WORK REQUEST: In the records that follow, find the line with "#43=IFCINDEXEDPOLYGONALFACE((5,7,8,6));"; from there, retype every line exactly through the line with "#79=IFCINDEXEDPOLYGONALFACE((5,7,8,6));", which also belongs to the answer.

MATERIAL FOR THIS EXERCISE:
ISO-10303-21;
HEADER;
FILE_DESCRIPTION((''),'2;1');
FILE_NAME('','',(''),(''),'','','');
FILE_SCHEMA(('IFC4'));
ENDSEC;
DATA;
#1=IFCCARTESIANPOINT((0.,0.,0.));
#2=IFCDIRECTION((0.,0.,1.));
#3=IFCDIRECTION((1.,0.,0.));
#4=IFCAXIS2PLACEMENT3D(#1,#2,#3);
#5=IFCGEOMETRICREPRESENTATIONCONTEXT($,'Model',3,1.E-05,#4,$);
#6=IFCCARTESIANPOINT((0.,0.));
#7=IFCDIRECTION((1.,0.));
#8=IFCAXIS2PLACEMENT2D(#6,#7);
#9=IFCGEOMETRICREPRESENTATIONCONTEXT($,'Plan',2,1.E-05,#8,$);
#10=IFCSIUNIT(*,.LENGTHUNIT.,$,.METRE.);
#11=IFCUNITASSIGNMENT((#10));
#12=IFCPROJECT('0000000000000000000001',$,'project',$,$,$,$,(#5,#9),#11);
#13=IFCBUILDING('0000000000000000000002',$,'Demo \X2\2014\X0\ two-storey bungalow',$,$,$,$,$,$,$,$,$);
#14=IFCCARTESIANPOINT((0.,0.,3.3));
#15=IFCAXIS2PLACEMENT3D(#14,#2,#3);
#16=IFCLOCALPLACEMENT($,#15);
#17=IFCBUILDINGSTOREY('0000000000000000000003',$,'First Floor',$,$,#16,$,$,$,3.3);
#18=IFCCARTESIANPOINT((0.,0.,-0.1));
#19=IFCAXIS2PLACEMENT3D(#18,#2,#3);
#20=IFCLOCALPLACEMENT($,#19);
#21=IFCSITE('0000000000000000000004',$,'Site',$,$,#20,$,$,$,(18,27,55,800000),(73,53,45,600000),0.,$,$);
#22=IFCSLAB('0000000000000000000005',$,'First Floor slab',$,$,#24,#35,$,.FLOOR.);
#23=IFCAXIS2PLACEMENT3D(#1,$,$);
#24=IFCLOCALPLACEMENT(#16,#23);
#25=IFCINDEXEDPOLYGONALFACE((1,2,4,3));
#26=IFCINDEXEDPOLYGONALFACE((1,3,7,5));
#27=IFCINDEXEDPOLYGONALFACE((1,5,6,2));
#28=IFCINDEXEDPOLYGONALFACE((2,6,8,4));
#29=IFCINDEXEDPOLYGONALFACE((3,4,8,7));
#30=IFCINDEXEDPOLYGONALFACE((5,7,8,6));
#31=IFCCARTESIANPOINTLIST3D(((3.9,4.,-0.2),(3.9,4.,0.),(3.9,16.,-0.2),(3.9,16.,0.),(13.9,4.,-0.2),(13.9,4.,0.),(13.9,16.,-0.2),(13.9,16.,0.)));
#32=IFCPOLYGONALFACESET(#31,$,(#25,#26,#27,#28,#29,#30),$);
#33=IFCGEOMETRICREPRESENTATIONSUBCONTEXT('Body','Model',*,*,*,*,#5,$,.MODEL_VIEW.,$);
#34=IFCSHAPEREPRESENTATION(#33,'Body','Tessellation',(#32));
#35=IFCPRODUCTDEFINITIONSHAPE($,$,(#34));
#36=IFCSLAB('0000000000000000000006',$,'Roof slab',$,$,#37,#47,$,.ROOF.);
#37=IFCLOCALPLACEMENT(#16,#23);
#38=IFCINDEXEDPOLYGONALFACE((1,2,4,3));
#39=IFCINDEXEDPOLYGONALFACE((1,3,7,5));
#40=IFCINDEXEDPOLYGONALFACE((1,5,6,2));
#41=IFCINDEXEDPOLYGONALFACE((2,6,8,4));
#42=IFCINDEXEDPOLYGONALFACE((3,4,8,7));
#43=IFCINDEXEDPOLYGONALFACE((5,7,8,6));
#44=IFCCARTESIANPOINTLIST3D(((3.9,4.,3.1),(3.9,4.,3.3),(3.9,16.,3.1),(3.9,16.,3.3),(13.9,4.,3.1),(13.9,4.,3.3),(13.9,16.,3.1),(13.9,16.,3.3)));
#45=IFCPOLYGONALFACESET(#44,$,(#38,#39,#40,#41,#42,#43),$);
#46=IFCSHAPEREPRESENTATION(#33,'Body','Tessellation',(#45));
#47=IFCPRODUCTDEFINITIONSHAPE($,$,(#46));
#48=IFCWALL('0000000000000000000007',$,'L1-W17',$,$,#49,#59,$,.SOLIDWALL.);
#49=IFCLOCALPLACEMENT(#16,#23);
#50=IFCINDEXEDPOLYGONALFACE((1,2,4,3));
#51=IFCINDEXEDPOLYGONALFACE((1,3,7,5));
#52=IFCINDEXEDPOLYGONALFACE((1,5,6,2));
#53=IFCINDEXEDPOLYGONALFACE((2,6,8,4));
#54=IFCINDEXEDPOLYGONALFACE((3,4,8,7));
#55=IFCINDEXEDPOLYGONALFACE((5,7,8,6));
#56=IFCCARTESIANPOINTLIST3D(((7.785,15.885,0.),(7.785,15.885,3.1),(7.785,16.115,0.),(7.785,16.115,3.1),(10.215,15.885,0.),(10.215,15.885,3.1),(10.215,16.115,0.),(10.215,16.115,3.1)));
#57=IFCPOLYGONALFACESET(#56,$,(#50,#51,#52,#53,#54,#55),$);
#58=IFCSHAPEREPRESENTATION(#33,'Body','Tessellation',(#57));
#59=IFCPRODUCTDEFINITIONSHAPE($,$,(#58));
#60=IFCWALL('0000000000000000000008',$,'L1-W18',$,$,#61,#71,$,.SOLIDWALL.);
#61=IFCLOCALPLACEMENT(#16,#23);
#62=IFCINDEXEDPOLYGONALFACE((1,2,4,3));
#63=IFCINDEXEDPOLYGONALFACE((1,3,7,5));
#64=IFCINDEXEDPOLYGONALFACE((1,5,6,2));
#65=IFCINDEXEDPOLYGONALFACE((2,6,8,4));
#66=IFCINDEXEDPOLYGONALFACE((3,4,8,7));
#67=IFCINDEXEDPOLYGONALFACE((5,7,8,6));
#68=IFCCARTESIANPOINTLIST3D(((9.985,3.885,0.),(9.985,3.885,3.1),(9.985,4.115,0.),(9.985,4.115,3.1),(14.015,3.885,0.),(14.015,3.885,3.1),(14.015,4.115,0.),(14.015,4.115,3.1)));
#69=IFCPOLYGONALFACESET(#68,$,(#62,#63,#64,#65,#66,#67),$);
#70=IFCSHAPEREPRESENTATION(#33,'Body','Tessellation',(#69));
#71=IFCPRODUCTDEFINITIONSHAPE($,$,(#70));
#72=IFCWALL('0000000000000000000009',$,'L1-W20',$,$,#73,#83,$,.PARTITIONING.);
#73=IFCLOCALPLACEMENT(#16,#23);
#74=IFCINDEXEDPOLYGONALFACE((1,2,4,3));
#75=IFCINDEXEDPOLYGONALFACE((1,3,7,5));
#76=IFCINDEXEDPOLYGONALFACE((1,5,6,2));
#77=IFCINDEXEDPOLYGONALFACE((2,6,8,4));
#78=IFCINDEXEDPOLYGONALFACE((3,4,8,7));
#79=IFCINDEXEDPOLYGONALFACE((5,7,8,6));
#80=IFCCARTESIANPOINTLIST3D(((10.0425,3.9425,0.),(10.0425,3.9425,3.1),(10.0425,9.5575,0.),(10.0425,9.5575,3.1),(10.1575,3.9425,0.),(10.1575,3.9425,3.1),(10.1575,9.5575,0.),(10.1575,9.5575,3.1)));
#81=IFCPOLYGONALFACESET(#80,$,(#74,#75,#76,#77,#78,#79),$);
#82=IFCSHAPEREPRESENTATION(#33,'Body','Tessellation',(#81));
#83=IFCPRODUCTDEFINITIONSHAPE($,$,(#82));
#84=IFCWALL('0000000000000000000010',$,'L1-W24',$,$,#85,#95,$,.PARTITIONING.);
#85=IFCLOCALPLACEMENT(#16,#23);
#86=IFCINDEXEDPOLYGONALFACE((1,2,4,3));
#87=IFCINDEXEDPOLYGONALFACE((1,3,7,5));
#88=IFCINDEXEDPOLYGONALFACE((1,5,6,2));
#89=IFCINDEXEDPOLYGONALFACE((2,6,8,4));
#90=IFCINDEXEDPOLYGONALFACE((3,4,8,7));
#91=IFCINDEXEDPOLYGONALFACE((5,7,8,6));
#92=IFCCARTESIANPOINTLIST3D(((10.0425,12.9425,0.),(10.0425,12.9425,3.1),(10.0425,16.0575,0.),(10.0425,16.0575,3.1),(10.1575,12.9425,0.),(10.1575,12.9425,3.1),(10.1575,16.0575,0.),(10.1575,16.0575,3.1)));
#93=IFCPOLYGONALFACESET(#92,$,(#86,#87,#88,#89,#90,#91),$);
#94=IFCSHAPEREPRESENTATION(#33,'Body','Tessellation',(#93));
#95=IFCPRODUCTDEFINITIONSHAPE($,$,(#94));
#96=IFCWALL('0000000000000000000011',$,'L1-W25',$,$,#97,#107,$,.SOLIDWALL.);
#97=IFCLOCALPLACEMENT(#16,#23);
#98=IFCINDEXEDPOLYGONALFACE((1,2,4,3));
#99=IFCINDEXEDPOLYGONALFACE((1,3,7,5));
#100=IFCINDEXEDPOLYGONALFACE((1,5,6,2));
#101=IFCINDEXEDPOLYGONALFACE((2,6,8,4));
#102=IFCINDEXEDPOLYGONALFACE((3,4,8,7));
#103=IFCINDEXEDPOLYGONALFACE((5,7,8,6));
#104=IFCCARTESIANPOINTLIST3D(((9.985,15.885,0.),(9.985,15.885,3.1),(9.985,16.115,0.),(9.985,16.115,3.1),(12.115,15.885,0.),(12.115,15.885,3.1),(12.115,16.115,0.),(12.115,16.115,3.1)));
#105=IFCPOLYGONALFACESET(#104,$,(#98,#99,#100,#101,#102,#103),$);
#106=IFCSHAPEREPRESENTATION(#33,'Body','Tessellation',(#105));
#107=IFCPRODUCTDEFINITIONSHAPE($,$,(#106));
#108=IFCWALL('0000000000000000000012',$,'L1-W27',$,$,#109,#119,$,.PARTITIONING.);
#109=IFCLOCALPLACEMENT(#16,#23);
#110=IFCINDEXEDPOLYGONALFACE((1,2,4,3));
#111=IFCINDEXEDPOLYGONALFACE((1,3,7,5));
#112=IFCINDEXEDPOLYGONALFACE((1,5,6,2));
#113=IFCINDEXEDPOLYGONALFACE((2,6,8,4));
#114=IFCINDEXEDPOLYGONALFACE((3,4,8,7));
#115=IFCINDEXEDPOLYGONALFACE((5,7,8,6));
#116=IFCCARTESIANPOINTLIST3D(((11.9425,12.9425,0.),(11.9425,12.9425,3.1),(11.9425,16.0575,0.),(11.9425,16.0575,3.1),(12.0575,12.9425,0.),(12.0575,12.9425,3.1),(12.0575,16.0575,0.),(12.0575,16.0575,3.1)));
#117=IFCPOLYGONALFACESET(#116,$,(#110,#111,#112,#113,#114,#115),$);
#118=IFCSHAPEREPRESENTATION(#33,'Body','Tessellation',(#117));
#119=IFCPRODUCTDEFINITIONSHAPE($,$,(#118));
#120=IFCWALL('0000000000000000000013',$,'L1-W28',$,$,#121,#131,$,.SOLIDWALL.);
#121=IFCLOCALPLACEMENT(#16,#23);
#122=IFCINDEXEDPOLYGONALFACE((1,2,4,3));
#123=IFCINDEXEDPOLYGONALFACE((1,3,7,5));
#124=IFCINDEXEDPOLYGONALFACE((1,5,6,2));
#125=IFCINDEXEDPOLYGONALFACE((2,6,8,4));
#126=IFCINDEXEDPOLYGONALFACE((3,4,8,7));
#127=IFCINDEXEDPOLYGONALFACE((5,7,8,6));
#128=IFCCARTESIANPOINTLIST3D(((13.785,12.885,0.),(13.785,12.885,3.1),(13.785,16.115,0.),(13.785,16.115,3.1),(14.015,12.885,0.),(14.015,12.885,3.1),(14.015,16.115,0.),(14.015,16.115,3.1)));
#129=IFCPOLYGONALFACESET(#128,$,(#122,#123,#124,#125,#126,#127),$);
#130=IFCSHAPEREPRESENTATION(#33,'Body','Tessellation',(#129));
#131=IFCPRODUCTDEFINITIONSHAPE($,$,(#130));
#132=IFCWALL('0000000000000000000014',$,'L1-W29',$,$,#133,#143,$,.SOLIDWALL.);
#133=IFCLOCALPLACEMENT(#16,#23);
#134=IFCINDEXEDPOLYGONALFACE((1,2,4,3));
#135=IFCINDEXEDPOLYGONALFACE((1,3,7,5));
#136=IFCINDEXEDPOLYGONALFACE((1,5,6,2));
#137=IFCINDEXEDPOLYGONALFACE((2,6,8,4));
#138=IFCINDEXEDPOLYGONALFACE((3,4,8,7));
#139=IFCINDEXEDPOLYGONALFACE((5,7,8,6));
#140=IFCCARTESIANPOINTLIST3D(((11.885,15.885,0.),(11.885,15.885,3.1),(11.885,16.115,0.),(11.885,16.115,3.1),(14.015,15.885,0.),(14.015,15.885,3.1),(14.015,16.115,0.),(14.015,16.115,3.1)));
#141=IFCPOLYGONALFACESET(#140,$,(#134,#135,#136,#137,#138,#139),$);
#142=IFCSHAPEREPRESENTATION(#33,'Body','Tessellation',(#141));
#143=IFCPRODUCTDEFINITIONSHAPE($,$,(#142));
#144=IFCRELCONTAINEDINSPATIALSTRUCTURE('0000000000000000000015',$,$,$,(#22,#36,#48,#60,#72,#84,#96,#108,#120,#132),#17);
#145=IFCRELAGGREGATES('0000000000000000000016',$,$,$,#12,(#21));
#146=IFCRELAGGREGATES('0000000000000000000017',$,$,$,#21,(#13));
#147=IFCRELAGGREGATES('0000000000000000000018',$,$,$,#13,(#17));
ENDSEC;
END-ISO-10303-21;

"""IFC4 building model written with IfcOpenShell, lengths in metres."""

from ifc_helpers import new_model, si_unit, frame, origin_with_axes, origin_2d_with_axis, place, context, subcontext, project, spatial, line, indexed_curve, outline, extrude, element, save


model = new_model("IFC4")

# Units and contexts
model_context = context("Model", 3, precision=1e-05, world=origin_with_axes())
plan_context = context("Plan", 2, precision=1e-05, world=origin_2d_with_axis())
body_context = subcontext(model_context, "Body", "Model", "MODEL_VIEW")
ifc_project = project(units=[si_unit("LENGTHUNIT", "METRE")], contexts=[model_context, plan_context])

# Site, building, storey
site_placement = place(None, frame((0.0, 0.0, -0.1), z_axis=(0.0, 0.0, 1.0), x_axis=(1.0, 0.0, 0.0)))
site = spatial("IfcSite", under=ifc_project, at=site_placement, Name="Site", RefLatitude=(18, 27, 55, 800000), RefLongitude=(73, 53, 45, 600000), RefElevation=0.0)
building = spatial("IfcBuilding", under=site, Name="Demo — two-storey bungalow")
storey_placement = place(None, frame((0.0, 0.0, 3.3), z_axis=(0.0, 0.0, 1.0), x_axis=(1.0, 0.0, 0.0)))
storey = spatial("IfcBuildingStorey", under=building, at=storey_placement, Name="First Floor", Elevation=3.3)

# Slabs
slab_1_placement = place(storey_placement, frame((0.0, 0.0, -0.2), z_axis=(0.0, 0.0, 1.0), x_axis=(1.0, 0.0, 0.0)))
element("IfcSlab", 1, at=slab_1_placement, inside=storey, Name="First Floor slab", PredefinedType="FLOOR", context=body_context, shape_type="SweptSolid", body=[
    extrude(outline(indexed_curve([(3.9, 4.0), (13.9, 4.0), (13.9, 16.0), (3.9, 16.0)], segments=[line(1, 2, 3, 4, 1)])), origin_with_axes(), (0.0, 0.0, 1.0), 0.2),
])
slab_2_placement = place(storey_placement, frame((0.0, 0.0, 3.1), z_axis=(0.0, 0.0, 1.0), x_axis=(1.0, 0.0, 0.0)))
element("IfcSlab", 2, at=slab_2_placement, inside=storey, Name="Roof slab", PredefinedType="ROOF", context=body_context, shape_type="SweptSolid", body=[
    extrude(outline(indexed_curve([(3.9, 4.0), (13.9, 4.0), (13.9, 16.0), (3.9, 16.0)], segments=[line(1, 2, 3, 4, 1)])), origin_with_axes(), (0.0, 0.0, 1.0), 0.2),
])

EXERCISE SOLUTION:
#43=IFCINDEXEDPOLYGONALFACE((5,7,8,6));
#44=IFCCARTESIANPOINTLIST3D(((3.9,4.,3.1),(3.9,4.,3.3),(3.9,16.,3.1),(3.9,16.,3.3),(13.9,4.,3.1),(13.9,4.,3.3),(13.9,16.,3.1),(13.9,16.,3.3)));
#45=IFCPOLYGONALFACESET(#44,$,(#38,#39,#40,#41,#42,#43),$);
#46=IFCSHAPEREPRESENTATION(#33,'Body','Tessellation',(#45));
#47=IFCPRODUCTDEFINITIONSHAPE($,$,(#46));
#48=IFCWALL('0000000000000000000007',$,'L1-W17',$,$,#49,#59,$,.SOLIDWALL.);
#49=IFCLOCALPLACEMENT(#16,#23);
#50=IFCINDEXEDPOLYGONALFACE((1,2,4,3));
#51=IFCINDEXEDPOLYGONALFACE((1,3,7,5));
#52=IFCINDEXEDPOLYGONALFACE((1,5,6,2));
#53=IFCINDEXEDPOLYGONALFACE((2,6,8,4));
#54=IFCINDEXEDPOLYGONALFACE((3,4,8,7));
#55=IFCINDEXEDPOLYGONALFACE((5,7,8,6));
#56=IFCCARTESIANPOINTLIST3D(((7.785,15.885,0.),(7.785,15.885,3.1),(7.785,16.115,0.),(7.785,16.115,3.1),(10.215,15.885,0.),(10.215,15.885,3.1),(10.215,16.115,0.),(10.215,16.115,3.1)));
#57=IFCPOLYGONALFACESET(#56,$,(#50,#51,#52,#53,#54,#55),$);
#58=IFCSHAPEREPRESENTATION(#33,'Body','Tessellation',(#57));
#59=IFCPRODUCTDEFINITIONSHAPE($,$,(#58));
#60=IFCWALL('0000000000000000000008',$,'L1-W18',$,$,#61,#71,$,.SOLIDWALL.);
#61=IFCLOCALPLACEMENT(#16,#23);
#62=IFCINDEXEDPOLYGONALFACE((1,2,4,3));
#63=IFCINDEXEDPOLYGONALFACE((1,3,7,5));
#64=IFCINDEXEDPOLYGONALFACE((1,5,6,2));
#65=IFCINDEXEDPOLYGONALFACE((2,6,8,4));
#66=IFCINDEXEDPOLYGONALFACE((3,4,8,7));
#67=IFCINDEXEDPOLYGONALFACE((5,7,8,6));
#68=IFCCARTESIANPOINTLIST3D(((9.985,3.885,0.),(9.985,3.885,3.1),(9.985,4.115,0.),(9.985,4.115,3.1),(14.015,3.885,0.),(14.015,3.885,3.1),(14.015,4.115,0.),(14.015,4.115,3.1)));
#69=IFCPOLYGONALFACESET(#68,$,(#62,#63,#64,#65,#66,#67),$);
#70=IFCSHAPEREPRESENTATION(#33,'Body','Tessellation',(#69));
#71=IFCPRODUCTDEFINITIONSHAPE($,$,(#70));
#72=IFCWALL('0000000000000000000009',$,'L1-W20',$,$,#73,#83,$,.PARTITIONING.);
#73=IFCLOCALPLACEMENT(#16,#23);
#74=IFCINDEXEDPOLYGONALFACE((1,2,4,3));
#75=IFCINDEXEDPOLYGONALFACE((1,3,7,5));
#76=IFCINDEXEDPOLYGONALFACE((1,5,6,2));
#77=IFCINDEXEDPOLYGONALFACE((2,6,8,4));
#78=IFCINDEXEDPOLYGONALFACE((3,4,8,7));
#79=IFCINDEXEDPOLYGONALFACE((5,7,8,6));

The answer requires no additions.